Other changes, not discussed above, will have a huge if not yet fully defined impact on particular departments or disciplines. For instance the removal of grants for nursing students and their replacement with loans and an unregulated market.

So, what will that mean for us at City? The first thing is that since none of these plans are fully fleshed out, in the immediate future it will produce uncertainty. Senior managers at City and elsewhere are desperately trying to position themselves in what they think will be the new market. But in lieu of any concrete evidence of what success will require, this amounts to little more than rearranging the deck-chairs.

Past experience suggests, however, that these changes are likely to ramp up the pressures on us all to be ‘excellent’ in ever-expanding ways, since in a marketized HE sector the costs of ‘failure’ will be greater. This may mean that we are held responsible for things that are largely outside our control – for ensuring excellent NSS outcomes, for student ‘employability’ (notwithstanding cuts to the Careers service), for chasing harder after ever-diminishing pots of research funding. In this context we need to be vigilant about resisting further performance management (such as management’s inappropriate use of the ARQM).

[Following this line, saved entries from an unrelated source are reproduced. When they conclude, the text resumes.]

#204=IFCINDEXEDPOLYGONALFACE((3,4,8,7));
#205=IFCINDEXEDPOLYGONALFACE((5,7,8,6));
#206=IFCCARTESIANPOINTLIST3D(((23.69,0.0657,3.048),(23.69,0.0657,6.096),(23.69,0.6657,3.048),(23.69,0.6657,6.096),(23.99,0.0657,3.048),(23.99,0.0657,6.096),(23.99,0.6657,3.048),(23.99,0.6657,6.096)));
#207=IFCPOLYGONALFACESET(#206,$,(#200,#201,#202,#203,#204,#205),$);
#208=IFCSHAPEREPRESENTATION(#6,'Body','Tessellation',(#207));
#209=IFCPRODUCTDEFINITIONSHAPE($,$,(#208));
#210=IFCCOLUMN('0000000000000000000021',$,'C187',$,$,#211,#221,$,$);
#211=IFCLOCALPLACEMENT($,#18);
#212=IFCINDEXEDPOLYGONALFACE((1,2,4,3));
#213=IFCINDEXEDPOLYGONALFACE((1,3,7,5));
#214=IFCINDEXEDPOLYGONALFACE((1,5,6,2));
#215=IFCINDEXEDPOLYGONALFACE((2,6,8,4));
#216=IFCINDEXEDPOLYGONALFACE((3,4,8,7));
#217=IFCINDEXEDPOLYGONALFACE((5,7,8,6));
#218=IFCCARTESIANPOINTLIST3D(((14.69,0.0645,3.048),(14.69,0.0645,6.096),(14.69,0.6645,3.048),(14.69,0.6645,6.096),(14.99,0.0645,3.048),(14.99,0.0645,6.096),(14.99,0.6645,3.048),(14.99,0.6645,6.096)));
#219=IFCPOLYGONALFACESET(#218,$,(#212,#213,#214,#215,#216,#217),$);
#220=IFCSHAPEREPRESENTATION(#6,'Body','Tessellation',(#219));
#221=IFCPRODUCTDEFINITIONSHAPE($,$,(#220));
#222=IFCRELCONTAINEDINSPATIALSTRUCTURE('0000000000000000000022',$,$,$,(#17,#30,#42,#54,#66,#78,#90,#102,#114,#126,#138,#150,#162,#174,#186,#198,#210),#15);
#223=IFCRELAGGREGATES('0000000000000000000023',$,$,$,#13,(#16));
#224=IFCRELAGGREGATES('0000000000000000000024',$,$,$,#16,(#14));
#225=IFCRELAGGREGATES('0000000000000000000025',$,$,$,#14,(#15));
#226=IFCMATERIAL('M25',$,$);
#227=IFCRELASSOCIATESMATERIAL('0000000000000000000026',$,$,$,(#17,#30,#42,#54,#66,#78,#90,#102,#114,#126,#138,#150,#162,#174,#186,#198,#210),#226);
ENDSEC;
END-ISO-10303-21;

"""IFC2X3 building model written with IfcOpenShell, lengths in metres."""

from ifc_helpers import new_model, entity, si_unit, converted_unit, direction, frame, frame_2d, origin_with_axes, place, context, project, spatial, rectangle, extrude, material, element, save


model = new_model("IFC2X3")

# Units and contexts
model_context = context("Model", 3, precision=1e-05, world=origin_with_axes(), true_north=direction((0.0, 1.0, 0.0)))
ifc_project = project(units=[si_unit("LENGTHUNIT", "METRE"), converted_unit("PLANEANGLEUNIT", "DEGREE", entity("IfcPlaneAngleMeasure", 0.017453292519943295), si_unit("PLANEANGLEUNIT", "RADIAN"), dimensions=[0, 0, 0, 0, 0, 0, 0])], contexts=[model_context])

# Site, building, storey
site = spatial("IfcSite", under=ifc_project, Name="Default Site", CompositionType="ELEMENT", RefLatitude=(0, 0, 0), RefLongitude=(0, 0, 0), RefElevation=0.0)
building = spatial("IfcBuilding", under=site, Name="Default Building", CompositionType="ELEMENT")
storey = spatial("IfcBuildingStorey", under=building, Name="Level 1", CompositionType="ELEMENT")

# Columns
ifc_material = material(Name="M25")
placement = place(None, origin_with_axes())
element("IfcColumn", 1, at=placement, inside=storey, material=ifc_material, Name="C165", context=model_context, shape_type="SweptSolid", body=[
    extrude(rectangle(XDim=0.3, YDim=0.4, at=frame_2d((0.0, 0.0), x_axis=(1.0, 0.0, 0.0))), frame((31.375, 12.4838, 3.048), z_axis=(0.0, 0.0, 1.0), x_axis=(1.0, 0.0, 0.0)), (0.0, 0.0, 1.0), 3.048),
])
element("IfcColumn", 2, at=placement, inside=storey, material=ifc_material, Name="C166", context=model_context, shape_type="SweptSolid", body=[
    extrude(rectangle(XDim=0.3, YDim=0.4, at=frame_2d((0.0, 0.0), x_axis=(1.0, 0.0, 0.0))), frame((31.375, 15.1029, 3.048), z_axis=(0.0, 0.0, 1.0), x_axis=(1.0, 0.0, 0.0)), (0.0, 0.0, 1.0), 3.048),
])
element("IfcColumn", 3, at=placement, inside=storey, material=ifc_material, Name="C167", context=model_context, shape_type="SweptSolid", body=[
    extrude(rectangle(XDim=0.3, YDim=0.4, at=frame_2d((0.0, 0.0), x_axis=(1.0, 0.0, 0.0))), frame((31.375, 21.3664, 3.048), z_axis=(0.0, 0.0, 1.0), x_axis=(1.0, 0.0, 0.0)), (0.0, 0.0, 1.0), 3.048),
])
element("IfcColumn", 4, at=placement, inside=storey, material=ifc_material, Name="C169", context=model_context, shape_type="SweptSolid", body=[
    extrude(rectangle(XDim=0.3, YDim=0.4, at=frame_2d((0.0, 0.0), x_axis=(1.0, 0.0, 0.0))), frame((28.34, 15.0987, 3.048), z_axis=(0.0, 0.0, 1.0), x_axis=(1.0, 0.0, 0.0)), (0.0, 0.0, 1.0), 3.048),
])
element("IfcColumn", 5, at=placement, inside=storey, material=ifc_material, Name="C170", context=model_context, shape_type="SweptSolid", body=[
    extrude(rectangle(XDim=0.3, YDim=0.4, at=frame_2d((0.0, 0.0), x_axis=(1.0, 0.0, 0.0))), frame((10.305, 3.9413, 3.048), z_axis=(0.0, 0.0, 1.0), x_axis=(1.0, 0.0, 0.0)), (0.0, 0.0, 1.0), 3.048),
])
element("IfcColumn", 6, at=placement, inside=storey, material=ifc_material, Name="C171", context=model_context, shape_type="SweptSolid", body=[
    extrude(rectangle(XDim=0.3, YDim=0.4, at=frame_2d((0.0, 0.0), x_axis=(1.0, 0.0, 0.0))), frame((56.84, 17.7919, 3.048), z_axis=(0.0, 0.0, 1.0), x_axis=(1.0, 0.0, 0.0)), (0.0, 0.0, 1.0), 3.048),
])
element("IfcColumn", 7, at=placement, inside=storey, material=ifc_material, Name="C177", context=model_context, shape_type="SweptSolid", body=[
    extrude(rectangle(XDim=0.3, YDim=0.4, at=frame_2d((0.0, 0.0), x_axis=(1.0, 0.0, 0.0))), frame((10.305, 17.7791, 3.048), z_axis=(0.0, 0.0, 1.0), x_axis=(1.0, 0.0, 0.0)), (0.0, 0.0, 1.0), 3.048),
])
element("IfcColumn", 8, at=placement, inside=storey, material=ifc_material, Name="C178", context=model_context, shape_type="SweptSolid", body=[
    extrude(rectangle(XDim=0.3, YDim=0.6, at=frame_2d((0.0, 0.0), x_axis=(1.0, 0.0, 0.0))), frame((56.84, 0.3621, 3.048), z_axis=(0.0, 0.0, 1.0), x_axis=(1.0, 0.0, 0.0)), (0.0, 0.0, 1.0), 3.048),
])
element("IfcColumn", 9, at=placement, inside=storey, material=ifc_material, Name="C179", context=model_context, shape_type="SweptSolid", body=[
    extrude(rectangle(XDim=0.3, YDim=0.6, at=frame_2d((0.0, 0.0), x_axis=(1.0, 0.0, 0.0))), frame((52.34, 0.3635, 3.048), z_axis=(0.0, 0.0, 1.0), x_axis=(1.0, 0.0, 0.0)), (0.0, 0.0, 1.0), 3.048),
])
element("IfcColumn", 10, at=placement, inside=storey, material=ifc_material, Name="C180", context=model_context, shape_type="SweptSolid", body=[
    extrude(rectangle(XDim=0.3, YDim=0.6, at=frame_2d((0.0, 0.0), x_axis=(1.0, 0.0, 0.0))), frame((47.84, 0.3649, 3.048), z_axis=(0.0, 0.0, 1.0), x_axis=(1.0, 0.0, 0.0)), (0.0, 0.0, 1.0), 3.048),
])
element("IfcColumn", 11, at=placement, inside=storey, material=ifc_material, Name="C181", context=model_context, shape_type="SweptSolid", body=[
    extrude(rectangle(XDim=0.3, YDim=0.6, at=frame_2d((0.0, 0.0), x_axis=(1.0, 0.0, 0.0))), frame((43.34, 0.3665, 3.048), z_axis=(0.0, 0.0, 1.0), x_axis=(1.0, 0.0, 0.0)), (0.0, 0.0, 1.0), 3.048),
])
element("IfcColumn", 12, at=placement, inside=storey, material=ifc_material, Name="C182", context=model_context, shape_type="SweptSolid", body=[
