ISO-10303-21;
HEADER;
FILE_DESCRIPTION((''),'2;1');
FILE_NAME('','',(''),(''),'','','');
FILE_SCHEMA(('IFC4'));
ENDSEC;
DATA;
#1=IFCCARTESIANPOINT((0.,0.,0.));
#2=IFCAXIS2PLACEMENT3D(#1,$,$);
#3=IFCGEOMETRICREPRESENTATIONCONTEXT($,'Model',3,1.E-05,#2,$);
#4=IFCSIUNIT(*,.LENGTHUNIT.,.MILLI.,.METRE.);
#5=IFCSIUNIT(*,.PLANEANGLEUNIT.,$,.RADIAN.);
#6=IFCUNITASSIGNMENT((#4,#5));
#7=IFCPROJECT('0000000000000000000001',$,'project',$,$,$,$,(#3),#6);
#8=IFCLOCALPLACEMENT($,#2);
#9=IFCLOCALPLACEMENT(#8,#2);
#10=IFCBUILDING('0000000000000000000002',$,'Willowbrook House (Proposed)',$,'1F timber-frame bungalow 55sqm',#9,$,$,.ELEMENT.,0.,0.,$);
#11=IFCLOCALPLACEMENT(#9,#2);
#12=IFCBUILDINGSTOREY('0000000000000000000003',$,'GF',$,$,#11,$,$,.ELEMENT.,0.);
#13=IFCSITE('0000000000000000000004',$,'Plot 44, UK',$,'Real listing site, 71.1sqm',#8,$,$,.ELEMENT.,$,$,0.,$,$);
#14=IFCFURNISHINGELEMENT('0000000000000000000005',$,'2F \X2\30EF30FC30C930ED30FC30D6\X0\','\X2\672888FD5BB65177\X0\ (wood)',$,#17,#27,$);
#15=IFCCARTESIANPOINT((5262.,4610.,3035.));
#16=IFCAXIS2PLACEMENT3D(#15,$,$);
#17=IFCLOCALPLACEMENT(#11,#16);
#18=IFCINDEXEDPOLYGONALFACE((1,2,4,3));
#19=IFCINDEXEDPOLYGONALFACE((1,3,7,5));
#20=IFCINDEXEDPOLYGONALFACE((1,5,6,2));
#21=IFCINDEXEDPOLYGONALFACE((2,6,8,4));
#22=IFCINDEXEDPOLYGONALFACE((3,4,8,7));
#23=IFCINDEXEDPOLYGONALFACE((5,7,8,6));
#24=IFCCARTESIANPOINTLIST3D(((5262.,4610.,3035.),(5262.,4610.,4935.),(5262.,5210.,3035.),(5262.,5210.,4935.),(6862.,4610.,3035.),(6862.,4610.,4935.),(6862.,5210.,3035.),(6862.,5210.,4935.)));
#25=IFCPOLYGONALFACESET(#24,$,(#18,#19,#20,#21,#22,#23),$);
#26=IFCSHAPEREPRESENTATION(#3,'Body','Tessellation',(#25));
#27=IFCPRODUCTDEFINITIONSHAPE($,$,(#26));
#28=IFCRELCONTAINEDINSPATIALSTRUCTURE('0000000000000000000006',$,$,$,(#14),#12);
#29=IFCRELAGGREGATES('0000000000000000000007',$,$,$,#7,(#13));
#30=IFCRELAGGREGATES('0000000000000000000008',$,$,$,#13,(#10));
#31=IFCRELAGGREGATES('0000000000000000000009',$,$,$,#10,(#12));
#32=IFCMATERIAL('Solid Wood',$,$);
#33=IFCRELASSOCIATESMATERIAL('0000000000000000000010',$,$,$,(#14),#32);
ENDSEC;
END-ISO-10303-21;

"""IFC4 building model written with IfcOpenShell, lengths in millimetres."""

from ifc_helpers import new_model, si_unit, frame, frame_2d, origin, place, context, project, spatial, rectangle, extrude, material, element, save


model = new_model("IFC4")

# Units and contexts
model_context = context("Model", 3, precision=1e-05, world=origin())
ifc_project = project(units=[si_unit("LENGTHUNIT", "METRE", prefix="MILLI"), si_unit("PLANEANGLEUNIT", "RADIAN")], contexts=[model_context])

# Site, building, storey
site_placement = place(None, origin())
site = spatial("IfcSite", under=ifc_project, at=site_placement, Name="Plot 44, UK", ObjectType="Real listing site, 71.1sqm", CompositionType="ELEMENT", RefElevation=0.0)
building_placement = place(site_placement, origin())
building = spatial("IfcBuilding", under=site, at=building_placement, Name="Willowbrook House (Proposed)", ObjectType="1F timber-frame bungalow 55sqm", CompositionType="ELEMENT", ElevationOfRefHeight=0.0, ElevationOfTerrain=0.0)
storey_placement = place(building_placement, origin())
storey = spatial("IfcBuildingStorey", under=building, at=storey_placement, Name="GF", CompositionType="ELEMENT", Elevation=0.0)

# Shared definitions
ifc_material_1 = material(Name="Solid Wood")

# Furnishing element
furnishing_1_placement = place(storey_placement, frame((5262.0, 4610.0, 3035.0)))
element("IfcFurnishingElement", 1, at=furnishing_1_placement, inside=storey, material=ifc_material_1, Name="2F ワードローブ", Description="木製家具 (wood)", context=model_context, shape_type="SweptSolid", body=[
    extrude(rectangle(XDim=1600.0, YDim=600.0, at=frame_2d((800.0, 300.0))), frame((5262.0, 4610.0, 3035.0)), (0.0, 0.0, 1.0), 1900.0),
])

save(model, "model.ifc")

As a union we must also reassert the value of higher education and of research, whether or not this fits with the government’s short-term priorities.

 

We will be posting further updates to this blog and encourage members to contribute, for instance by sending us their experiences or commentary.

 

We encourage City UCU members to register to attend The Second Convention for Higher Education on ‘The HE Green Paper: The Threat to the Public University …and what we can do about it’ at UCL on Saturday 27th February.

 

Recommended Further Reading:

John Holmwood’s ‘Slouching towards the market

Charles Kowalski’s ‘Not learning from error: Teaching Excellence Failure

THE The higher education Green Paper: Everything you need to know

UCU (brief) response to the Spending Review

Education-Only Academic Contracts at City?

The report from Senate on 8 July mentioned the University’s plans to introduce a new education-only contract for academic staff, i.e. for those not engaged in research.

It also reported that the University was working with the unions on this. In fact, the previous week the UCU branch had been invited to a confidential discussion with the Deputy Vice-Chancellor about the plan to have a new education-only contract available (for new starters only) from September.

We voiced our opposition to any plan which permanently blocks off the option of research from any academic and which has the potential to create a two-tier system in academic contracts. By the following day however we were already hearing reports from some schools about plans to move existing staff onto such contracts.

This matter, along with the fact that academic role profiles which have still not been discussed with the unions, will be pursued at the Joint Consultation and Negotiations Board (JCNB) which next meets in August.